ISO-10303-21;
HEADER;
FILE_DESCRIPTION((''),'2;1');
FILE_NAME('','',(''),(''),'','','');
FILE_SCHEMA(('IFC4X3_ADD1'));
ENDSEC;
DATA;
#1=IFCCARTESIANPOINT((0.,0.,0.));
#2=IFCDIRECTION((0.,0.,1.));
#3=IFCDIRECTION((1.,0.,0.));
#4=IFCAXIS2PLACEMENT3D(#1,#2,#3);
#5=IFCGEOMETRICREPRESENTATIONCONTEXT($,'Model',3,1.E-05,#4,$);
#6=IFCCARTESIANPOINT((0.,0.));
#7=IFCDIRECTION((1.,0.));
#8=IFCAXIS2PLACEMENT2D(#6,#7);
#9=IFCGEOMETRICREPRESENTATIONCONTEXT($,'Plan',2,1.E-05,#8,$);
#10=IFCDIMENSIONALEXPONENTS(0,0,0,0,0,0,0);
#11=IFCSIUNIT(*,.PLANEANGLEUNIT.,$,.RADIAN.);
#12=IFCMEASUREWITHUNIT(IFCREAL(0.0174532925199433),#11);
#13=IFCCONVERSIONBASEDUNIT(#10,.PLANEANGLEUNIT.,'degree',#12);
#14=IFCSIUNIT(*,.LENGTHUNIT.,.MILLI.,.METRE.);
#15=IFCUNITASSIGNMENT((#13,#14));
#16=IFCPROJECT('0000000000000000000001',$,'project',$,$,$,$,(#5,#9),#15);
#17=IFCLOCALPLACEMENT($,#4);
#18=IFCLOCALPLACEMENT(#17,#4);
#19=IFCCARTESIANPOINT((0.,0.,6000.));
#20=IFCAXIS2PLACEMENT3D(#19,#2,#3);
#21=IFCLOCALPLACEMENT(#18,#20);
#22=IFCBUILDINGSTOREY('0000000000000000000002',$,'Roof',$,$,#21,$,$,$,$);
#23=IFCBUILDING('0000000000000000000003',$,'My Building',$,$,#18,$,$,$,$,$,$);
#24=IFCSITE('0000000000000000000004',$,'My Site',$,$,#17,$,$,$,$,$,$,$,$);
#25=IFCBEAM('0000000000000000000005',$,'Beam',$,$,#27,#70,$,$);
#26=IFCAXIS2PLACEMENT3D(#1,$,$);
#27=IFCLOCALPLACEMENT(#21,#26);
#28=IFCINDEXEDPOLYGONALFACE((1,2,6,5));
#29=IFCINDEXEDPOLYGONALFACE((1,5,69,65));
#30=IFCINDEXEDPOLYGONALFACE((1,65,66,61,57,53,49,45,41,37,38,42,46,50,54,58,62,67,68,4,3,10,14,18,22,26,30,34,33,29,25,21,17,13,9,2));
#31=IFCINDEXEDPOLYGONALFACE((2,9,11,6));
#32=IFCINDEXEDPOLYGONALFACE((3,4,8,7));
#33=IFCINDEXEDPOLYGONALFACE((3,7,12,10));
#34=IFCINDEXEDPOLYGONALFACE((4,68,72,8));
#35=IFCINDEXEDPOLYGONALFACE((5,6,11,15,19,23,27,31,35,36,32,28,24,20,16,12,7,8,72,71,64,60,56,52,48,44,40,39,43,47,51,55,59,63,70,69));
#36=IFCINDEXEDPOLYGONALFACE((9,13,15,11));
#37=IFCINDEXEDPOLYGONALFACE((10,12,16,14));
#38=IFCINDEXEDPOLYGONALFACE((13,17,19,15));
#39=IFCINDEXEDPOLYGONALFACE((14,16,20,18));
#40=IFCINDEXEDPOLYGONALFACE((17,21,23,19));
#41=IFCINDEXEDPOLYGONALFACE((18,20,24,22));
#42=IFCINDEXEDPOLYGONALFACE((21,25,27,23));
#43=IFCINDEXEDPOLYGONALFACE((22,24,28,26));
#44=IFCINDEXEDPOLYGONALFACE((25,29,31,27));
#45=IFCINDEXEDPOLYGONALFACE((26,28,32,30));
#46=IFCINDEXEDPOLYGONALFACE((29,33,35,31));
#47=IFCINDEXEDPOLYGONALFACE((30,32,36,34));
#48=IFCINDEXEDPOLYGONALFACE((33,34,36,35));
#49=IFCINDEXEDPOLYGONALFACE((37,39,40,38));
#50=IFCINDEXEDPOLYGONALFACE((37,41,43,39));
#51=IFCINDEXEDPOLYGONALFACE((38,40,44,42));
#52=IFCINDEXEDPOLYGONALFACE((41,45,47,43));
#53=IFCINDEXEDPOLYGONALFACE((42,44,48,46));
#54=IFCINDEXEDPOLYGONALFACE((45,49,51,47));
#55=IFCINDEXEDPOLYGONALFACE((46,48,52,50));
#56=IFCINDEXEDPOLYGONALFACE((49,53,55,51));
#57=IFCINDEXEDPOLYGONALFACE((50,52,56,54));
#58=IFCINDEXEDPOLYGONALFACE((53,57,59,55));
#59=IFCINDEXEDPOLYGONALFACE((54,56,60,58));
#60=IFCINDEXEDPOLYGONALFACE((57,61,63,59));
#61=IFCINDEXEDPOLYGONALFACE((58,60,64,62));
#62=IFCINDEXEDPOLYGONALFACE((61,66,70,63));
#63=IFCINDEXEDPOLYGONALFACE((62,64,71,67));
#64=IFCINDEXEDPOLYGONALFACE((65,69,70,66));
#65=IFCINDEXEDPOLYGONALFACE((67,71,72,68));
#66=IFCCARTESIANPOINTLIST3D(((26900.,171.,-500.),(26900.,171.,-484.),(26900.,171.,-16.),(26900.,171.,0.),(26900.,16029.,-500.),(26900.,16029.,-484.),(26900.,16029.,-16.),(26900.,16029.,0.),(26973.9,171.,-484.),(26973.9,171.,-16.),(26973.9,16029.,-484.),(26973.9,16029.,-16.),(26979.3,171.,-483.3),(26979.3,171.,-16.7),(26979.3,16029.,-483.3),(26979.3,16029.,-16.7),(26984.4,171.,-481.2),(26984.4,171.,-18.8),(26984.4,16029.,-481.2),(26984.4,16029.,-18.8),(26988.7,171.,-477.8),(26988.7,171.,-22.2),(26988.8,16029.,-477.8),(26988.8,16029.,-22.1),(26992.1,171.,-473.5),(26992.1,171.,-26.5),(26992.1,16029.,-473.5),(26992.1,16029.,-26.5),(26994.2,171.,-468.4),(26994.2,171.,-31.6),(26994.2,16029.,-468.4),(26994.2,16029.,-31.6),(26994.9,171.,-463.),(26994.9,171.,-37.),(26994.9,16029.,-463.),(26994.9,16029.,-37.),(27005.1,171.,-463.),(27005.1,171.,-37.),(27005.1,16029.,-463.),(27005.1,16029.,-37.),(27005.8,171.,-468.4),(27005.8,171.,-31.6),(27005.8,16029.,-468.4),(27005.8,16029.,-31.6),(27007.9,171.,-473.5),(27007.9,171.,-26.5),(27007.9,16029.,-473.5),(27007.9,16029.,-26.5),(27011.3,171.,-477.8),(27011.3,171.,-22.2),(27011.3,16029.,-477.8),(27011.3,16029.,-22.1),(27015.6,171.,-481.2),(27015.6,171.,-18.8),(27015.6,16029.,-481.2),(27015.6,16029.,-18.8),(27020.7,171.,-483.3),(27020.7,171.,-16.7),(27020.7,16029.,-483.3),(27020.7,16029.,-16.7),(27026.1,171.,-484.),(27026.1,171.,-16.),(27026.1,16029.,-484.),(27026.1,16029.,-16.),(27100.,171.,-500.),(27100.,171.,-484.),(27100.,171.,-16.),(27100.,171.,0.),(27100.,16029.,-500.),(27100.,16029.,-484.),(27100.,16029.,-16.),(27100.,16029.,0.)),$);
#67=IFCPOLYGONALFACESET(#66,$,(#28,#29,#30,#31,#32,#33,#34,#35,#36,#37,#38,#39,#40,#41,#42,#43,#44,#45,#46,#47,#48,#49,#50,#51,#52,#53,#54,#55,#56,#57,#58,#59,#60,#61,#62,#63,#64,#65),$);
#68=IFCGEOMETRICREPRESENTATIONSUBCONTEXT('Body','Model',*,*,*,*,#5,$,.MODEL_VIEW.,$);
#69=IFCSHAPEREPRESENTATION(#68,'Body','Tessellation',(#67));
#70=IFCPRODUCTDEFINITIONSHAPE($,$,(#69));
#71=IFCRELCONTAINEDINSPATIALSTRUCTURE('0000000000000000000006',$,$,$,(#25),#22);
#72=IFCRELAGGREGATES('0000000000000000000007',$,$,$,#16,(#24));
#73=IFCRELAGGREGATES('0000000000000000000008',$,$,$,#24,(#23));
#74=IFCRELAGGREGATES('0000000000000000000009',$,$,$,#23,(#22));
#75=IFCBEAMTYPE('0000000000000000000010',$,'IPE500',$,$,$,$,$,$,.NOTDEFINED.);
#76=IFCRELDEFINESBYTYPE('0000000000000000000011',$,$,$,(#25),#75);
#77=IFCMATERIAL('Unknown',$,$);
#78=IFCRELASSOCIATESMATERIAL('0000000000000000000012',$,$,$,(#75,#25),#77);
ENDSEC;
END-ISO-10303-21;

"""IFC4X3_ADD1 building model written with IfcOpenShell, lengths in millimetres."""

from ifc_helpers import new_model, entity, si_unit, converted_unit, frame, origin_with_axes, origin_2d_with_axis, place, context, subcontext, project, spatial, i_section, extrude, material, material_profile, profile_set, profile_usage, type_object, element, save


model = new_model("IFC4X3_ADD1")

# Units and contexts
model_context = context("Model", 3, precision=1e-05, world=origin_with_axes())
plan_context = context("Plan", 2, precision=1e-05, world=origin_2d_with_axis())
body_context = subcontext(model_context, "Body", "Model", "MODEL_VIEW")
ifc_project = project(units=[converted_unit("PLANEANGLEUNIT", "degree", entity("IfcReal", 0.0174532925199433), si_unit("PLANEANGLEUNIT", "RADIAN"), dimensions=[0, 0, 0, 0, 0, 0, 0]), si_unit("LENGTHUNIT", "METRE", prefix="MILLI")], contexts=[model_context, plan_context])

# Site, building, storey
site_placement = place(None, origin_with_axes())
site = spatial("IfcSite", under=ifc_project, at=site_placement, Name="My Site")
building_placement = place(site_placement, origin_with_axes())
building = spatial("IfcBuilding", under=site, at=building_placement, Name="My Building")
storey_placement = place(building_placement, frame((0.0, 0.0, 6000.0), z_axis=(0.0, 0.0, 1.0), x_axis=(1.0, 0.0, 0.0)))
storey = spatial("IfcBuildingStorey", under=building, at=storey_placement, Name="Roof")

# Beam
ifc_material = material(Name="Unknown")
ifc_material_profile_1 = material_profile(ifc_material, i_section(OverallWidth=200.0, OverallDepth=500.0, WebThickness=10.2, FlangeThickness=16.0, FilletRadius=21.0))
ifc_profile_set_1 = profile_set([ifc_material_profile_1])
beam_type_1 = type_object("IfcBeamType", Name="IPE500", PredefinedType="NOTDEFINED", material=ifc_profile_set_1)
ifc_profile_usage_1 = profile_usage(ifc_profile_set_1, cardinal=8)
beam_1_placement = place(storey_placement, frame((27000.0, 171.0, 0.0), z_axis=(0.0, 1.0, 0.0), x_axis=(-1.0, 0.0, 0.0)))
element("IfcBeam", 1, at=beam_1_placement, inside=storey, type_object=beam_type_1, material=ifc_profile_usage_1, Name="Beam", context=body_context, shape_type="SweptSolid", body=[
    extrude(i_section(OverallWidth=200.0, OverallDepth=500.0, WebThickness=10.2, FlangeThickness=16.0, FilletRadius=21.0), frame((0.0, -250.0, 0.0), z_axis=(0.0, 0.0, 1.0), x_axis=(1.0, 0.0, 0.0)), (0.0, 0.0, 1.0), 15858.0),
])

save(model, "model.ifc")
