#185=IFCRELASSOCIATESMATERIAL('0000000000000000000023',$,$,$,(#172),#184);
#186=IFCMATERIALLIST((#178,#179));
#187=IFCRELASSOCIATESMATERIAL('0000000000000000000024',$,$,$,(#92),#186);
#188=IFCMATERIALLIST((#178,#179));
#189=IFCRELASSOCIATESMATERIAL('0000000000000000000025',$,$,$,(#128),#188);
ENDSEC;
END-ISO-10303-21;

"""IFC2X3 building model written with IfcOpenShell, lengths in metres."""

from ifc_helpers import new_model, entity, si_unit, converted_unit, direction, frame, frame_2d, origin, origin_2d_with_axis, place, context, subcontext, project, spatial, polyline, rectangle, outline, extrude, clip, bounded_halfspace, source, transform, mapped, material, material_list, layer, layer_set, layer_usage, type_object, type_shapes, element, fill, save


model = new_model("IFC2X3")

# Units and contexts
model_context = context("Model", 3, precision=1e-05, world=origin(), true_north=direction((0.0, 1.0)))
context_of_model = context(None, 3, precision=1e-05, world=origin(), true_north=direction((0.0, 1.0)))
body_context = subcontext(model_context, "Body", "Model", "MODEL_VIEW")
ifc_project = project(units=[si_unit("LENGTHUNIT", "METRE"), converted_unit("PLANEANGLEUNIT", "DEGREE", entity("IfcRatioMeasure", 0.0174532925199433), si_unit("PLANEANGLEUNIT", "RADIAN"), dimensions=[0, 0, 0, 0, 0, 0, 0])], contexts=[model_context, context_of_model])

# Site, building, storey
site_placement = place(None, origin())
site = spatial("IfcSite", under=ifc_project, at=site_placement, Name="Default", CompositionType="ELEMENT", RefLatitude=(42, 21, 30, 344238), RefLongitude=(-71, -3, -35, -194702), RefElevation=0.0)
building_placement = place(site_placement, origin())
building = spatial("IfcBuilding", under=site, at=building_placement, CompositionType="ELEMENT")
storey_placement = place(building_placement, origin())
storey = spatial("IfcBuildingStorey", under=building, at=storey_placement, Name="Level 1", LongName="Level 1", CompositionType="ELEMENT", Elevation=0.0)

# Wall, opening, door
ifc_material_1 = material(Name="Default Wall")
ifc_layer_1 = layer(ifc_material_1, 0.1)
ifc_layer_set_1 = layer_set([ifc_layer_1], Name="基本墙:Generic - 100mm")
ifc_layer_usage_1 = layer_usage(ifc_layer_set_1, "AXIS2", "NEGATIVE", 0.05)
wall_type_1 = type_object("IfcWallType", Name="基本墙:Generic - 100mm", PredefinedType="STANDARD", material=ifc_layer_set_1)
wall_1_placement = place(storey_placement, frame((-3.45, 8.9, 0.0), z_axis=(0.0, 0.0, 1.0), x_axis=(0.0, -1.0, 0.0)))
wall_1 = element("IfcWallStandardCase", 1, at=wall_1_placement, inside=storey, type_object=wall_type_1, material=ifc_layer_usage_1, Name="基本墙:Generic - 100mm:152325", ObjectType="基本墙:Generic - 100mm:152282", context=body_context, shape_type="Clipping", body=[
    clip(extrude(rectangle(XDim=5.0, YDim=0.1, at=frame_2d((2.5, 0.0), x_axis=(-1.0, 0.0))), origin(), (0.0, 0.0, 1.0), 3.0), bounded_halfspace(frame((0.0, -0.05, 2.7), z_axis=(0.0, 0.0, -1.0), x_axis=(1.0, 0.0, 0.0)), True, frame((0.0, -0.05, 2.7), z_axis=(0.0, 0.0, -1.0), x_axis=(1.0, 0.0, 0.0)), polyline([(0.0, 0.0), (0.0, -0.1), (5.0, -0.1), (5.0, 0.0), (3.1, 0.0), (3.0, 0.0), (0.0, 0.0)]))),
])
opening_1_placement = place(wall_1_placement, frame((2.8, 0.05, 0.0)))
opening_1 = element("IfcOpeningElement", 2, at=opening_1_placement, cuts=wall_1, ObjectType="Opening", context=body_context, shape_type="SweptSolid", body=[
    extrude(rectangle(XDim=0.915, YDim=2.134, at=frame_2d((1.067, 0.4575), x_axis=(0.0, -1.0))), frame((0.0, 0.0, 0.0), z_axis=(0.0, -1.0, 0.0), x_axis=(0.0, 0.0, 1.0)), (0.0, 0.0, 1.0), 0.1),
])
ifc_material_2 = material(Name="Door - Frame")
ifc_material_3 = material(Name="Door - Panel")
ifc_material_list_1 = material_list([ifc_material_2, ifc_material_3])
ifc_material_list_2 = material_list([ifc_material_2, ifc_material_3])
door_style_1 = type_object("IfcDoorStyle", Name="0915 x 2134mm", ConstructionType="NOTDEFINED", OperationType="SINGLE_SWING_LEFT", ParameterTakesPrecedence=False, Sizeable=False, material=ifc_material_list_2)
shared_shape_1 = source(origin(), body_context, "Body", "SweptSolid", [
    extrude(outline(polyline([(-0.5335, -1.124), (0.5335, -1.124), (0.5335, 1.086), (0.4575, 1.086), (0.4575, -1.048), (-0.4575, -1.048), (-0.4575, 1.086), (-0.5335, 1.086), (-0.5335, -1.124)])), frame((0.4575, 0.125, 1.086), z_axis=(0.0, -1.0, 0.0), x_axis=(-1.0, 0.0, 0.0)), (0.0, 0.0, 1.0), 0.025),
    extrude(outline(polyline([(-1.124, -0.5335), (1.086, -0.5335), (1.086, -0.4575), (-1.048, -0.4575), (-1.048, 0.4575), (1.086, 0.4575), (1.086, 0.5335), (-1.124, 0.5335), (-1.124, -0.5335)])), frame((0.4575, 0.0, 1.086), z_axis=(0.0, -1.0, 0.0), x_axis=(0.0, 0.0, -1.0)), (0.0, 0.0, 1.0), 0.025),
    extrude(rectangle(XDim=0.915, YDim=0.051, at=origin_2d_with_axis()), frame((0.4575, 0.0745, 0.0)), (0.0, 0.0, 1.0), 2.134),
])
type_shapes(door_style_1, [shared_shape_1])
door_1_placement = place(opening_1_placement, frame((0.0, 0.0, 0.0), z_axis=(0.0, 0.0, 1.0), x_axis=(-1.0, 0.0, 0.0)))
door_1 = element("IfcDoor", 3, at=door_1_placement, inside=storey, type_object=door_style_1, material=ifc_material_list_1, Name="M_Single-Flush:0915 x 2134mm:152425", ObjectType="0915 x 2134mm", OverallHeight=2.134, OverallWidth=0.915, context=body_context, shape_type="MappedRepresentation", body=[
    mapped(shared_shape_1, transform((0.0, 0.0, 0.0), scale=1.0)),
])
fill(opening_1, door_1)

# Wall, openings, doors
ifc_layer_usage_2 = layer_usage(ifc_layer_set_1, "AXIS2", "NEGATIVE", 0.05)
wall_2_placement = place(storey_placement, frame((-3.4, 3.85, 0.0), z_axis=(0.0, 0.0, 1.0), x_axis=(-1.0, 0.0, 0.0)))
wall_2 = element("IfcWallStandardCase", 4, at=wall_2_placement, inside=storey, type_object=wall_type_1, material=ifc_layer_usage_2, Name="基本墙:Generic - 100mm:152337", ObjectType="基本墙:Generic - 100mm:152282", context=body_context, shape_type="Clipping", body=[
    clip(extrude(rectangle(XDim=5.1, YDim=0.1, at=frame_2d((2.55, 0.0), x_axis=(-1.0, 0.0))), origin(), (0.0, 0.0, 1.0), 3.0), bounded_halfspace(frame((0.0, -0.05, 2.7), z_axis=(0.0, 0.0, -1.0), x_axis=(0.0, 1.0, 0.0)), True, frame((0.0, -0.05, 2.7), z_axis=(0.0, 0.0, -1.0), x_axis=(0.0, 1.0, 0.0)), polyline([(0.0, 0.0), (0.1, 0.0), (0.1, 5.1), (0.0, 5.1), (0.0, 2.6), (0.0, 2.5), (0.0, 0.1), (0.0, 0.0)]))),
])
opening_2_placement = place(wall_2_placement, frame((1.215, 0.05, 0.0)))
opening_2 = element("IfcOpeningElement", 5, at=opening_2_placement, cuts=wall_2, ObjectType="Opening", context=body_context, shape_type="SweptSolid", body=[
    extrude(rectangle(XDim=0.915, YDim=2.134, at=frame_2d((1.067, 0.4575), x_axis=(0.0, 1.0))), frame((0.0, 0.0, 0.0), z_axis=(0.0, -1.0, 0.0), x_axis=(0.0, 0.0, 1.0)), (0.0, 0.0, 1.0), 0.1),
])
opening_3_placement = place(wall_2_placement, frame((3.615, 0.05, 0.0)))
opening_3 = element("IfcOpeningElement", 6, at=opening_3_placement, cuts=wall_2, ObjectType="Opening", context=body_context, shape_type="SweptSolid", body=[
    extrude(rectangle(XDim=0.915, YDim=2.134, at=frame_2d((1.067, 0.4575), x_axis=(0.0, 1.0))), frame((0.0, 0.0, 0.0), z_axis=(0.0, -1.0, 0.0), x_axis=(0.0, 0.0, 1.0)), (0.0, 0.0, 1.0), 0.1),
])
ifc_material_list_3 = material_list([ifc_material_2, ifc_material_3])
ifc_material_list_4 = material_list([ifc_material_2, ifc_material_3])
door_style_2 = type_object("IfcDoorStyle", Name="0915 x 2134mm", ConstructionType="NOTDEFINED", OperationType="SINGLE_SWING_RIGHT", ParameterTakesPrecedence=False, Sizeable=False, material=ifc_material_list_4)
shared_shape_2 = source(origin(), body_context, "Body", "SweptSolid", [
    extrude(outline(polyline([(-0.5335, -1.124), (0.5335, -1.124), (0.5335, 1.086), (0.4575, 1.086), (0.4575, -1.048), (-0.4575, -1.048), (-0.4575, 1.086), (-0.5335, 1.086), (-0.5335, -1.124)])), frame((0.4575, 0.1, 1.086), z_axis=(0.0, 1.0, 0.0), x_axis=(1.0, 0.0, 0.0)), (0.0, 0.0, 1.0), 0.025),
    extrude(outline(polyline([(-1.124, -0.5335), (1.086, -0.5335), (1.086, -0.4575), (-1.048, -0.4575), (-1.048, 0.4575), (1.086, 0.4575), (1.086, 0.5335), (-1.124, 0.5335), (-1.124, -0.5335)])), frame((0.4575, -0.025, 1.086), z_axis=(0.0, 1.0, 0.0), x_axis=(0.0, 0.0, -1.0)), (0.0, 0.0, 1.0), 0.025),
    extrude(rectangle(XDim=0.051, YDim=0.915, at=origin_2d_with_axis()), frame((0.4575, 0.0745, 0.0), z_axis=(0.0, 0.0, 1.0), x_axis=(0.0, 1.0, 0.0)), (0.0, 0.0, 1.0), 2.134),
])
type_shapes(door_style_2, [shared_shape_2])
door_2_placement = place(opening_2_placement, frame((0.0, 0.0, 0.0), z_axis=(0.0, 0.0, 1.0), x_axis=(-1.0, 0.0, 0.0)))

Work instructions =>
Go through the listing, and whenever a line contains the string "IFCLOCALPLACEMENT", copy that line.

Solution to this exercise =>
#17=IFCLOCALPLACEMENT($,#4);
#18=IFCLOCALPLACEMENT(#17,#4);
#21=IFCLOCALPLACEMENT(#18,#20);
#27=IFCLOCALPLACEMENT(#21,#26);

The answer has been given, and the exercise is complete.